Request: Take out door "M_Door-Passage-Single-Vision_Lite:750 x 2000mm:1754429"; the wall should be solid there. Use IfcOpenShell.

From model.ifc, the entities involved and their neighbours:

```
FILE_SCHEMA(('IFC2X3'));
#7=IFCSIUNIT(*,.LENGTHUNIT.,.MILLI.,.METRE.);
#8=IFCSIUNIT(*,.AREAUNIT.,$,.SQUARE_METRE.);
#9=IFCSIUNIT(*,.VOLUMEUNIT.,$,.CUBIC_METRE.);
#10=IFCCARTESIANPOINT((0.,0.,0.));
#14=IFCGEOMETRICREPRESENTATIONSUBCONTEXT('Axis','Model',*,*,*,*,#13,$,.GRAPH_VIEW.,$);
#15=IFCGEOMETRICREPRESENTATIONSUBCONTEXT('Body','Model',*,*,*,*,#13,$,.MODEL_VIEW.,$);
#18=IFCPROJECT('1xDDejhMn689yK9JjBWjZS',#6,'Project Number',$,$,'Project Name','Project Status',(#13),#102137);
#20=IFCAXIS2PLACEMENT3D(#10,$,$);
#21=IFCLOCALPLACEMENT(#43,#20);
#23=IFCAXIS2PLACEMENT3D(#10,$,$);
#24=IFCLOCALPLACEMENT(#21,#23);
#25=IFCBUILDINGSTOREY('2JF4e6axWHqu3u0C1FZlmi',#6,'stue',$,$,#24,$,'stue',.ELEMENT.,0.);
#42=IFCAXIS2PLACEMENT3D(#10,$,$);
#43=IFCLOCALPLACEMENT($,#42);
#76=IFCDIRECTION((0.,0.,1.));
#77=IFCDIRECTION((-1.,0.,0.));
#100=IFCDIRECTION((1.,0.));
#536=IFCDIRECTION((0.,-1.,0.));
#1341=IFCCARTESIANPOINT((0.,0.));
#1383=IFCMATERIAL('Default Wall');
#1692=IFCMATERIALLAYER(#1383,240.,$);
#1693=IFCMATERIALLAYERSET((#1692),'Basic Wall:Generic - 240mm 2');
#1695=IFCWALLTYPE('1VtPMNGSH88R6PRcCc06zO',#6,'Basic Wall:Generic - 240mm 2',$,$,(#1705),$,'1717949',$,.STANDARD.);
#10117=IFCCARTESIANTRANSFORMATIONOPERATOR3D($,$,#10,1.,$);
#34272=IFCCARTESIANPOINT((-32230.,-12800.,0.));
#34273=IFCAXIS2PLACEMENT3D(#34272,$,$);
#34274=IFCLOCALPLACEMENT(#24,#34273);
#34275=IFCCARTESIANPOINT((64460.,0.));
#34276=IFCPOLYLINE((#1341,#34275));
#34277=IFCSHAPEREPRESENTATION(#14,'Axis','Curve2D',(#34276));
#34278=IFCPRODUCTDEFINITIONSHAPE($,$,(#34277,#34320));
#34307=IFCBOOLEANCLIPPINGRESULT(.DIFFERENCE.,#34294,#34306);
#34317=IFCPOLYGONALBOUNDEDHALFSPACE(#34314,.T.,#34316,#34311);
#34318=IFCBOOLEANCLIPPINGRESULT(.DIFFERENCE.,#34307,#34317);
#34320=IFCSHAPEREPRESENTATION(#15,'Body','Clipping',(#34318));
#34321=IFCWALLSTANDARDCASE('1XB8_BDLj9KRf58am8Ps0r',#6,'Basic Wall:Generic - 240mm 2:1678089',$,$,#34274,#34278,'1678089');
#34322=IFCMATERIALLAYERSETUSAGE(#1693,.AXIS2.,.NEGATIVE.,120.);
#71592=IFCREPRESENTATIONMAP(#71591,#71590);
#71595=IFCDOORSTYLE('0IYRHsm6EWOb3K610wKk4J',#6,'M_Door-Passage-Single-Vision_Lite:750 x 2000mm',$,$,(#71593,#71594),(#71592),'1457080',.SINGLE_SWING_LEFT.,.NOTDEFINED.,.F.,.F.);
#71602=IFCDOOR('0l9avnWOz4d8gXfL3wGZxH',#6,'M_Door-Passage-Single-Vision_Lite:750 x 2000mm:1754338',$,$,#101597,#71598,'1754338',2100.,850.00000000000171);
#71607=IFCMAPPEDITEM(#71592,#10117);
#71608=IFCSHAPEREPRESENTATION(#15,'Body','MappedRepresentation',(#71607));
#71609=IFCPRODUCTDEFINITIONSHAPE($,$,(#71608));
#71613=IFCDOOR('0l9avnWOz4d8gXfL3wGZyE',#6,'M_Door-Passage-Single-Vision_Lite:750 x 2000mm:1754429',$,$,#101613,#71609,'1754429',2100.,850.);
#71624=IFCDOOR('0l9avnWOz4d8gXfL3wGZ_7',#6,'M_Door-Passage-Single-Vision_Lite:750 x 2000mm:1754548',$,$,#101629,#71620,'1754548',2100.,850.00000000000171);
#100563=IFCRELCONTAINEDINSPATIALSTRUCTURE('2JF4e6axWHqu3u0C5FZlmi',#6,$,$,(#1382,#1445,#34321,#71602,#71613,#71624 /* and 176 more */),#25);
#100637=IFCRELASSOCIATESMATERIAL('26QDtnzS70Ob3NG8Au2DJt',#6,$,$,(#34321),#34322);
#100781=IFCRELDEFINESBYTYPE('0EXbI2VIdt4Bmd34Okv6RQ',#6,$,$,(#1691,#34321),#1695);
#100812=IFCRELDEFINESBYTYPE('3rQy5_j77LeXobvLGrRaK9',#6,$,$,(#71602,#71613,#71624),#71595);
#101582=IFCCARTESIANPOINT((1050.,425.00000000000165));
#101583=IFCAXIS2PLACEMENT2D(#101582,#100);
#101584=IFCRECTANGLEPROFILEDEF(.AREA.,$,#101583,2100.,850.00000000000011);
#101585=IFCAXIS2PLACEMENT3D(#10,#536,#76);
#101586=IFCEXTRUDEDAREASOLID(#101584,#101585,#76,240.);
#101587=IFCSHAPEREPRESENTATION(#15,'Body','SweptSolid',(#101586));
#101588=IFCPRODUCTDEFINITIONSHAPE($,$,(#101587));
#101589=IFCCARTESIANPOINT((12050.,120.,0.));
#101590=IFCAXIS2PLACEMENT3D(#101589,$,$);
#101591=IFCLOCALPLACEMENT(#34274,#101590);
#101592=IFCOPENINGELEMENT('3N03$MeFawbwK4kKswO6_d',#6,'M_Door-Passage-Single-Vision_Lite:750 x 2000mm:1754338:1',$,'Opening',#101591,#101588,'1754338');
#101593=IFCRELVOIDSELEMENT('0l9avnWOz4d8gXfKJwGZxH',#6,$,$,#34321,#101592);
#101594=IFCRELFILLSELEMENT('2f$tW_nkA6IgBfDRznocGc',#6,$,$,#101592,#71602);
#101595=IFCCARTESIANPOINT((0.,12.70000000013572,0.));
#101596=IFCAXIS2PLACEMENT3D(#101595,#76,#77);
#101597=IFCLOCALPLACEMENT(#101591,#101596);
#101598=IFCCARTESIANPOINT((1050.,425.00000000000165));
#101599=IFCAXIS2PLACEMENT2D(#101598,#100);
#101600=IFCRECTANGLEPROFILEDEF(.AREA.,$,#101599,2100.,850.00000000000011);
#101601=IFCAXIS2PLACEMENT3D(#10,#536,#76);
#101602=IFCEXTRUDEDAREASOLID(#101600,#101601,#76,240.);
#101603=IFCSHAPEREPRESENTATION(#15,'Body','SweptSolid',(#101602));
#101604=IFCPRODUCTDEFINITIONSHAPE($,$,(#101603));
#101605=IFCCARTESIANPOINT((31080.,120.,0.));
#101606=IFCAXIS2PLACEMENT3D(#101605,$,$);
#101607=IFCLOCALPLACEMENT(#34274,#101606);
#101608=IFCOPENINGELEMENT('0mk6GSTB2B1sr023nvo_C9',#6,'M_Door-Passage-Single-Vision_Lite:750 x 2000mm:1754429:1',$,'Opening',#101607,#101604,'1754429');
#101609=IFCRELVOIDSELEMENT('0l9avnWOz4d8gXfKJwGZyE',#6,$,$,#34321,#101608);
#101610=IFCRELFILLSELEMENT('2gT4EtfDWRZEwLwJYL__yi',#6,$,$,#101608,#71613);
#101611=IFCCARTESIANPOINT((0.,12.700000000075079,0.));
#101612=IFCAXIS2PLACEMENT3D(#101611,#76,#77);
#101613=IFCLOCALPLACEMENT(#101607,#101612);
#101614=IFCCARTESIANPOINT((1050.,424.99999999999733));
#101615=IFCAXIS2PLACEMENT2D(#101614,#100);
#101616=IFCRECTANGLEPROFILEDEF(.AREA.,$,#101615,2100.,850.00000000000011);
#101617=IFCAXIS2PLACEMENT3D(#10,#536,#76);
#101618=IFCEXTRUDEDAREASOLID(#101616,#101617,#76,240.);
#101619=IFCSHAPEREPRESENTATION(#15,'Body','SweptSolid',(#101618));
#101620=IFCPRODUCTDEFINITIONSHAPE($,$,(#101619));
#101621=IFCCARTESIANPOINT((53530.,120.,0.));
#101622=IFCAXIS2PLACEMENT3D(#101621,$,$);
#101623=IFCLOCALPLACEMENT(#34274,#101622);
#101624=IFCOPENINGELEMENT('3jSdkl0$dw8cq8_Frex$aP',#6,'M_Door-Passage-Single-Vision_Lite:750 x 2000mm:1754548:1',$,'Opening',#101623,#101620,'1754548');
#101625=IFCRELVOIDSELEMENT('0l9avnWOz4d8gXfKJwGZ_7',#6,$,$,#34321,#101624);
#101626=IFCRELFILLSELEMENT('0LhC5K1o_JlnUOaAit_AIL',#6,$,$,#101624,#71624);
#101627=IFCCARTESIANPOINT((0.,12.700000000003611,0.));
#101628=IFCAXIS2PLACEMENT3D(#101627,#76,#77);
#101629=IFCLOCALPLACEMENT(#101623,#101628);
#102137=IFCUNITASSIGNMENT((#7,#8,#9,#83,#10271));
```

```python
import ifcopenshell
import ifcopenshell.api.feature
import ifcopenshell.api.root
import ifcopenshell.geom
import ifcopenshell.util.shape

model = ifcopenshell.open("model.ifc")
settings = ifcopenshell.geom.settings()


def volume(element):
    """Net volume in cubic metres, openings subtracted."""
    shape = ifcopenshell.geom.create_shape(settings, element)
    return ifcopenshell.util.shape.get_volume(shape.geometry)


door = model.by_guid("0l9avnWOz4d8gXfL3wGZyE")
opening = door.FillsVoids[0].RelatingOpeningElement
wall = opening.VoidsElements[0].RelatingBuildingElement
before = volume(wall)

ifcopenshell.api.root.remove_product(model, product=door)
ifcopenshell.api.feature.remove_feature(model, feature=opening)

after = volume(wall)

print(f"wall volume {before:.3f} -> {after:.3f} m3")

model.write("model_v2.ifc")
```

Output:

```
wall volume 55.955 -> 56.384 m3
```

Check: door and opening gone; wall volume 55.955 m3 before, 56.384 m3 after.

==

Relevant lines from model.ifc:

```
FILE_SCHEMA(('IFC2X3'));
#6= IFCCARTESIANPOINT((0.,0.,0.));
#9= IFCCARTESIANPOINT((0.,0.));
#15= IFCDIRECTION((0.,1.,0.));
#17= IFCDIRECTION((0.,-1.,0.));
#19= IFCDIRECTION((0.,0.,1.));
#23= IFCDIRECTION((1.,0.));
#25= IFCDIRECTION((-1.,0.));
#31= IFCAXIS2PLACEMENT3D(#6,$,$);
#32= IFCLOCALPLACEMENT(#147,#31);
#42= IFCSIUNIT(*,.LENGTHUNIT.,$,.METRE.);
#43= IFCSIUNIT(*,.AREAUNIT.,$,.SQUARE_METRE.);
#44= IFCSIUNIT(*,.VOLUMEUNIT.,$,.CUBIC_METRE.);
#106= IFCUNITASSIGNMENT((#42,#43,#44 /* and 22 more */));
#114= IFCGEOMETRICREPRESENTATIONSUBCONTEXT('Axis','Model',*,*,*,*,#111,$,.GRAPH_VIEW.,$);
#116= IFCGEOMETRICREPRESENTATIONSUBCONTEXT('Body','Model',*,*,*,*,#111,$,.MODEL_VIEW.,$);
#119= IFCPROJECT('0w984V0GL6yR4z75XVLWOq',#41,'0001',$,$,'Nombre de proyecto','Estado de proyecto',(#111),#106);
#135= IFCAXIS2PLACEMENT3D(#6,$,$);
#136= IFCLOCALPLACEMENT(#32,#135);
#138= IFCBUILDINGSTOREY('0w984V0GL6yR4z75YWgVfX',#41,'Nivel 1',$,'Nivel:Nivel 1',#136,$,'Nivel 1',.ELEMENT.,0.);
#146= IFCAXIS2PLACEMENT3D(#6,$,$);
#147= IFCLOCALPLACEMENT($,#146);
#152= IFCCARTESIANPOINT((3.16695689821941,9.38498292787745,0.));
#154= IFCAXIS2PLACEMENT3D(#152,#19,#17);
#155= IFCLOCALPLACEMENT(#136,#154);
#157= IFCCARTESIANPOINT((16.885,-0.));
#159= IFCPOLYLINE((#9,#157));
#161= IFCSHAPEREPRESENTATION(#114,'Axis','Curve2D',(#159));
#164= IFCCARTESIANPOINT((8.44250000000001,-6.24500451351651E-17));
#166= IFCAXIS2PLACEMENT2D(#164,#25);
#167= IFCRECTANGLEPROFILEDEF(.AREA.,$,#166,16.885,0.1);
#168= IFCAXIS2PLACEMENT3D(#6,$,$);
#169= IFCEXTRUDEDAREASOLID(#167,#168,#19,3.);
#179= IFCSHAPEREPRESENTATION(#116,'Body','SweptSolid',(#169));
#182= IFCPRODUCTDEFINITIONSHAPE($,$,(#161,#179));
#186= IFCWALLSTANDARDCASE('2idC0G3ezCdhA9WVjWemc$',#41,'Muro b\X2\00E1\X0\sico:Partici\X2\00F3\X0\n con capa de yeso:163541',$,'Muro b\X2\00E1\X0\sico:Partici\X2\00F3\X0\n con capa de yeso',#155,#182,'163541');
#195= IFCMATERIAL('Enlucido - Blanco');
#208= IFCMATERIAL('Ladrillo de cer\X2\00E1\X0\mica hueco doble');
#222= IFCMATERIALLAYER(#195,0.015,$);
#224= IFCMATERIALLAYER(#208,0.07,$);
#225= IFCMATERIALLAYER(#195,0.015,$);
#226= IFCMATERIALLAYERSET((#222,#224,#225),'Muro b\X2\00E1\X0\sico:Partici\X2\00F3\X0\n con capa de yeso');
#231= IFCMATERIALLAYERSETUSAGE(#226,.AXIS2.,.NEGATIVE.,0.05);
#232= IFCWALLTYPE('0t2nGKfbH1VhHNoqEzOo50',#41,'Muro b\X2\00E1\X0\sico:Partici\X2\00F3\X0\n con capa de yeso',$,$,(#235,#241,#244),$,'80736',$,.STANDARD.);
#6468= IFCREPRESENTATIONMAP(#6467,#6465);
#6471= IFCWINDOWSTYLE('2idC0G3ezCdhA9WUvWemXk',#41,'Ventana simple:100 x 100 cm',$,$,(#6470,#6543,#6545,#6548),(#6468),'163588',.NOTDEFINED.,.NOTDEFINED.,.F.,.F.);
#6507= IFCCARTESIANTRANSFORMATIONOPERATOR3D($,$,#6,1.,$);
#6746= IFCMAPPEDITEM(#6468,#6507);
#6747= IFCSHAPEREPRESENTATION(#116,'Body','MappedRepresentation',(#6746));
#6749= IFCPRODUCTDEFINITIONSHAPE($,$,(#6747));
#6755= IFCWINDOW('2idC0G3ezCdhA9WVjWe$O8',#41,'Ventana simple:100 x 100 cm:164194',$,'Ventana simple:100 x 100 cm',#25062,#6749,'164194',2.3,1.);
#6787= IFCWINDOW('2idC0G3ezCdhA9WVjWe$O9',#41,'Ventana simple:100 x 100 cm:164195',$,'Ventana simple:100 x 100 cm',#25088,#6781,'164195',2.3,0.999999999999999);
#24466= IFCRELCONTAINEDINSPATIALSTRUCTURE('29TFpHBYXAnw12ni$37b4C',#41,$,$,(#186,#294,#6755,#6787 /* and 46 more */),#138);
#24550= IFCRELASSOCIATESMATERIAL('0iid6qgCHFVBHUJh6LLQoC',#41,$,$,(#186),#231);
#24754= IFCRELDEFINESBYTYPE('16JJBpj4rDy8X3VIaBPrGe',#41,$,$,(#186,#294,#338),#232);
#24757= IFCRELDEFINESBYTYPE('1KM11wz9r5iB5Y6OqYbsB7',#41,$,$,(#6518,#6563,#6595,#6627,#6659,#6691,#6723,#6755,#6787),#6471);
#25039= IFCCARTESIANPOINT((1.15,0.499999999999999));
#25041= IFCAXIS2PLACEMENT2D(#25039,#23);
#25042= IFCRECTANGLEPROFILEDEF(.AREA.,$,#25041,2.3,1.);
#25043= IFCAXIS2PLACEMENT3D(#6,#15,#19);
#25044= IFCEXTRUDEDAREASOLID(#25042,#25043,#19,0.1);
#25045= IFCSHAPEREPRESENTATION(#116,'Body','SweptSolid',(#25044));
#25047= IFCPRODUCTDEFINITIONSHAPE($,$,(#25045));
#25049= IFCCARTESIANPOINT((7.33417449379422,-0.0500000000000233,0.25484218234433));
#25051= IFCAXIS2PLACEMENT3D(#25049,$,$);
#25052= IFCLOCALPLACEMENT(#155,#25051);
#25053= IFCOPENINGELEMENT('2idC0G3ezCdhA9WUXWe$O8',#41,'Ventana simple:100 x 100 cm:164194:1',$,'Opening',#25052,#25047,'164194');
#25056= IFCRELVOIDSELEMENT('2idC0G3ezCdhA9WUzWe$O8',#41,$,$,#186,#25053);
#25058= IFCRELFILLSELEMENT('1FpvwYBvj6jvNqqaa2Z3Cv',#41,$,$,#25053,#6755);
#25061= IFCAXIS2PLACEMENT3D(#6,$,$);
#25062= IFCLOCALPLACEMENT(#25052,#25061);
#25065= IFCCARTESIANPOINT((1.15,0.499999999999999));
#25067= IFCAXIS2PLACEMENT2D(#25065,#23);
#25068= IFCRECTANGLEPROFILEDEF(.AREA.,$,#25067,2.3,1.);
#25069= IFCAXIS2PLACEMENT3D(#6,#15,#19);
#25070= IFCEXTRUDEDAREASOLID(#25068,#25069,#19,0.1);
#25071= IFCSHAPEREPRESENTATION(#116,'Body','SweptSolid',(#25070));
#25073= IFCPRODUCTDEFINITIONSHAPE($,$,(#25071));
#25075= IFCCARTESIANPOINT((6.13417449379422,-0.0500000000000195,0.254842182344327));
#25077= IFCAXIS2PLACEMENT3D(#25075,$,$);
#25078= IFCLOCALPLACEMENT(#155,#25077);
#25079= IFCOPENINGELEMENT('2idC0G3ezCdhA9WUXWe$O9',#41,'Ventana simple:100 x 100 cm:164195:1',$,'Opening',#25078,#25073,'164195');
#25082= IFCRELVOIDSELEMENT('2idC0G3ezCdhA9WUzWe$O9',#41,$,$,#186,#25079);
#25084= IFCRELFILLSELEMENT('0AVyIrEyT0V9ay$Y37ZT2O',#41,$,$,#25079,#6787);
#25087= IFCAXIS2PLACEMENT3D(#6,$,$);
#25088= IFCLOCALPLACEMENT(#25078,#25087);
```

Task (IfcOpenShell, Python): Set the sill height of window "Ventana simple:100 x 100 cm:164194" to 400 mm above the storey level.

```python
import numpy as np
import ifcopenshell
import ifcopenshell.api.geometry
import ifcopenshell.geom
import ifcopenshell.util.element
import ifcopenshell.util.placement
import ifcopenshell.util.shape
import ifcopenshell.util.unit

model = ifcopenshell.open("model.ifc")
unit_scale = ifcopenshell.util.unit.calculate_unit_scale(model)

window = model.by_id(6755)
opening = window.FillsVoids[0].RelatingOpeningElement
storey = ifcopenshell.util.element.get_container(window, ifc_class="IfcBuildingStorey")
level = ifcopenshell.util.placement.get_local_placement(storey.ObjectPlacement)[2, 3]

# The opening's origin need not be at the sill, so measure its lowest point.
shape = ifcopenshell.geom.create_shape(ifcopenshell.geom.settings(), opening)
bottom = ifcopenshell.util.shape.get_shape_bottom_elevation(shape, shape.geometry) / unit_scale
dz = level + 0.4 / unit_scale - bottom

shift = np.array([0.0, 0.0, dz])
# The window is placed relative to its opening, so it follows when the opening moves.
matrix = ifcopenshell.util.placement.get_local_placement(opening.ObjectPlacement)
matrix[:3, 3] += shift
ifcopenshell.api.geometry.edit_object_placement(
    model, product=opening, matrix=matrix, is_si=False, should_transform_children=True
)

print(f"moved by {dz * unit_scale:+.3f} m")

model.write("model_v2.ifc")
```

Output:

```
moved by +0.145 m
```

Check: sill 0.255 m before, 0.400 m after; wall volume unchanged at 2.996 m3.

==

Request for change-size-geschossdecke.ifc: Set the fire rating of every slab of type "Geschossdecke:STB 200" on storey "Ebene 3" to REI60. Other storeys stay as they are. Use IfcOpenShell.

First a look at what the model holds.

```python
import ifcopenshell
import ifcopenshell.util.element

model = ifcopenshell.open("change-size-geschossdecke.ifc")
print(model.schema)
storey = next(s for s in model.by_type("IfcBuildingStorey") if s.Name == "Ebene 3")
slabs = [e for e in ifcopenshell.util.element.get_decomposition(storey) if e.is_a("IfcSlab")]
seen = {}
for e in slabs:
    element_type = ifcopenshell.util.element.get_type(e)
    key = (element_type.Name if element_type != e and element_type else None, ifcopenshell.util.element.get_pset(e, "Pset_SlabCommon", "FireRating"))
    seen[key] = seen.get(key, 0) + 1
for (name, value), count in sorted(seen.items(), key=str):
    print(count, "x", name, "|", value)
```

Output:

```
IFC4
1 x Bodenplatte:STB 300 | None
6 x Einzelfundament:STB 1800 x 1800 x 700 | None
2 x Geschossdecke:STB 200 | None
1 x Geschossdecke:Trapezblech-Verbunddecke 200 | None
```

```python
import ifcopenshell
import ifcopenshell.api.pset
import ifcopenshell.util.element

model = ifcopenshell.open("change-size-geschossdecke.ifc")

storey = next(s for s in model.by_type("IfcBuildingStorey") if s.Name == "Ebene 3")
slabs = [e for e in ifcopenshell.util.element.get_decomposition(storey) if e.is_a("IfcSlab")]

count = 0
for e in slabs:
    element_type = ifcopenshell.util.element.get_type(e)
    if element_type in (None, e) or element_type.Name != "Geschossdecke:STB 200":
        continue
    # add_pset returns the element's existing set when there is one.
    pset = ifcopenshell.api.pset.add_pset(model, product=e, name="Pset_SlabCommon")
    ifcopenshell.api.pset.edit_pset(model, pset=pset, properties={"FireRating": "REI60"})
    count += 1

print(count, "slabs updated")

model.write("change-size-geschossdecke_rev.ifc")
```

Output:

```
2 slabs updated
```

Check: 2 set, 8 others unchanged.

#### [What the task requires]
Please return every line of the records above that contains the word "unchanged".

#### [Exercise result]
Check: sill 0.255 m before, 0.400 m after; wall volume unchanged at 2.996 m3.
Check: 2 set, 8 others unchanged.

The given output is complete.